DESCRIPTION OF THE TASK: Would you copy every line of the listing below that includes the word "Check"?

AVAILABLE DATA:
::::
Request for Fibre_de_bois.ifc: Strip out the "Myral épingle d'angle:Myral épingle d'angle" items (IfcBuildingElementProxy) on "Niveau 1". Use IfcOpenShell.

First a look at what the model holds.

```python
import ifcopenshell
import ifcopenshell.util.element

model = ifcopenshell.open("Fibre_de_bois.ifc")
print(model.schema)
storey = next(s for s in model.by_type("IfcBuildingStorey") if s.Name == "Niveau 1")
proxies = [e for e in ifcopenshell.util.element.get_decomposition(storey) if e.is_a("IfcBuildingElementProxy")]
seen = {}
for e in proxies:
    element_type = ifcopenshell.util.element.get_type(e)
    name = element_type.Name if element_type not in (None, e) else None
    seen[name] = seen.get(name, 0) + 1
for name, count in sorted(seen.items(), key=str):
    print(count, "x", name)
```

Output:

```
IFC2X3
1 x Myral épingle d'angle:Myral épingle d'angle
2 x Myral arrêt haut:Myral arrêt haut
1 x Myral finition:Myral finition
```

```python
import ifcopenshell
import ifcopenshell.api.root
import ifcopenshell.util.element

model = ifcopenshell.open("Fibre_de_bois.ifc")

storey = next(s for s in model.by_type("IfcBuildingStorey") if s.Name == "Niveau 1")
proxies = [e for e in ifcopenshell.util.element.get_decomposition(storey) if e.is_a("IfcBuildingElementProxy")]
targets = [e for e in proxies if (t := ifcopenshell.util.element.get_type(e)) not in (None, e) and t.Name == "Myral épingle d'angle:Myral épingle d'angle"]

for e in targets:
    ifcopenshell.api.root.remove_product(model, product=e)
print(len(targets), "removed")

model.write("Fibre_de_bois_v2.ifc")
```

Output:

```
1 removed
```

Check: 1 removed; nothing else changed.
::::
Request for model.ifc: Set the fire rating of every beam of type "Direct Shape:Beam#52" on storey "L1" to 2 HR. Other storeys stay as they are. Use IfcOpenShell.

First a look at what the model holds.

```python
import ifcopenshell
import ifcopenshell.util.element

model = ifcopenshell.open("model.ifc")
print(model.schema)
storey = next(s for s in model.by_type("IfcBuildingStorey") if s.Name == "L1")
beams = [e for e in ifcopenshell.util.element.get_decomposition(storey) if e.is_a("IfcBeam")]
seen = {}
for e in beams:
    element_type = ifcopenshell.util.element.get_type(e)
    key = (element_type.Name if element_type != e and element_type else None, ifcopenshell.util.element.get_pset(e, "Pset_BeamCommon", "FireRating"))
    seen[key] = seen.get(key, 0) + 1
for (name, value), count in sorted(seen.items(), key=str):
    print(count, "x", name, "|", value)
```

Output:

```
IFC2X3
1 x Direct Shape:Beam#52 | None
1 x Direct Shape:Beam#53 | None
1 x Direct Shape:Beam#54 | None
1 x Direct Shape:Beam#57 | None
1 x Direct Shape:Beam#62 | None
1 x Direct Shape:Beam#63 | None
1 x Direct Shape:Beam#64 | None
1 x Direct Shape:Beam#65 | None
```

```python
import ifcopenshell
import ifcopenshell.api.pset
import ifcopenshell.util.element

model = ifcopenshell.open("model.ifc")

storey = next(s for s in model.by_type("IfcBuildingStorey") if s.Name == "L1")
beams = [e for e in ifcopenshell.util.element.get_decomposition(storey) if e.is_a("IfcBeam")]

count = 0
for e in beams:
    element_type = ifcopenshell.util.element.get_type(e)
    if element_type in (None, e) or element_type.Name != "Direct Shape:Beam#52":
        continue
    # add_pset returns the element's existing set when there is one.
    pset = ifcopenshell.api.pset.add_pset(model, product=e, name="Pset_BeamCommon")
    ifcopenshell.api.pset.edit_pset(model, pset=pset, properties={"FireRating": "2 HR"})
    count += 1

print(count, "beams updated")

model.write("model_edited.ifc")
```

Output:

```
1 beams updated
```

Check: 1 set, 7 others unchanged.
::::
RESULT OF THIS EXERCISE:
Check: 1 removed; nothing else changed.
Check: 1 set, 7 others unchanged.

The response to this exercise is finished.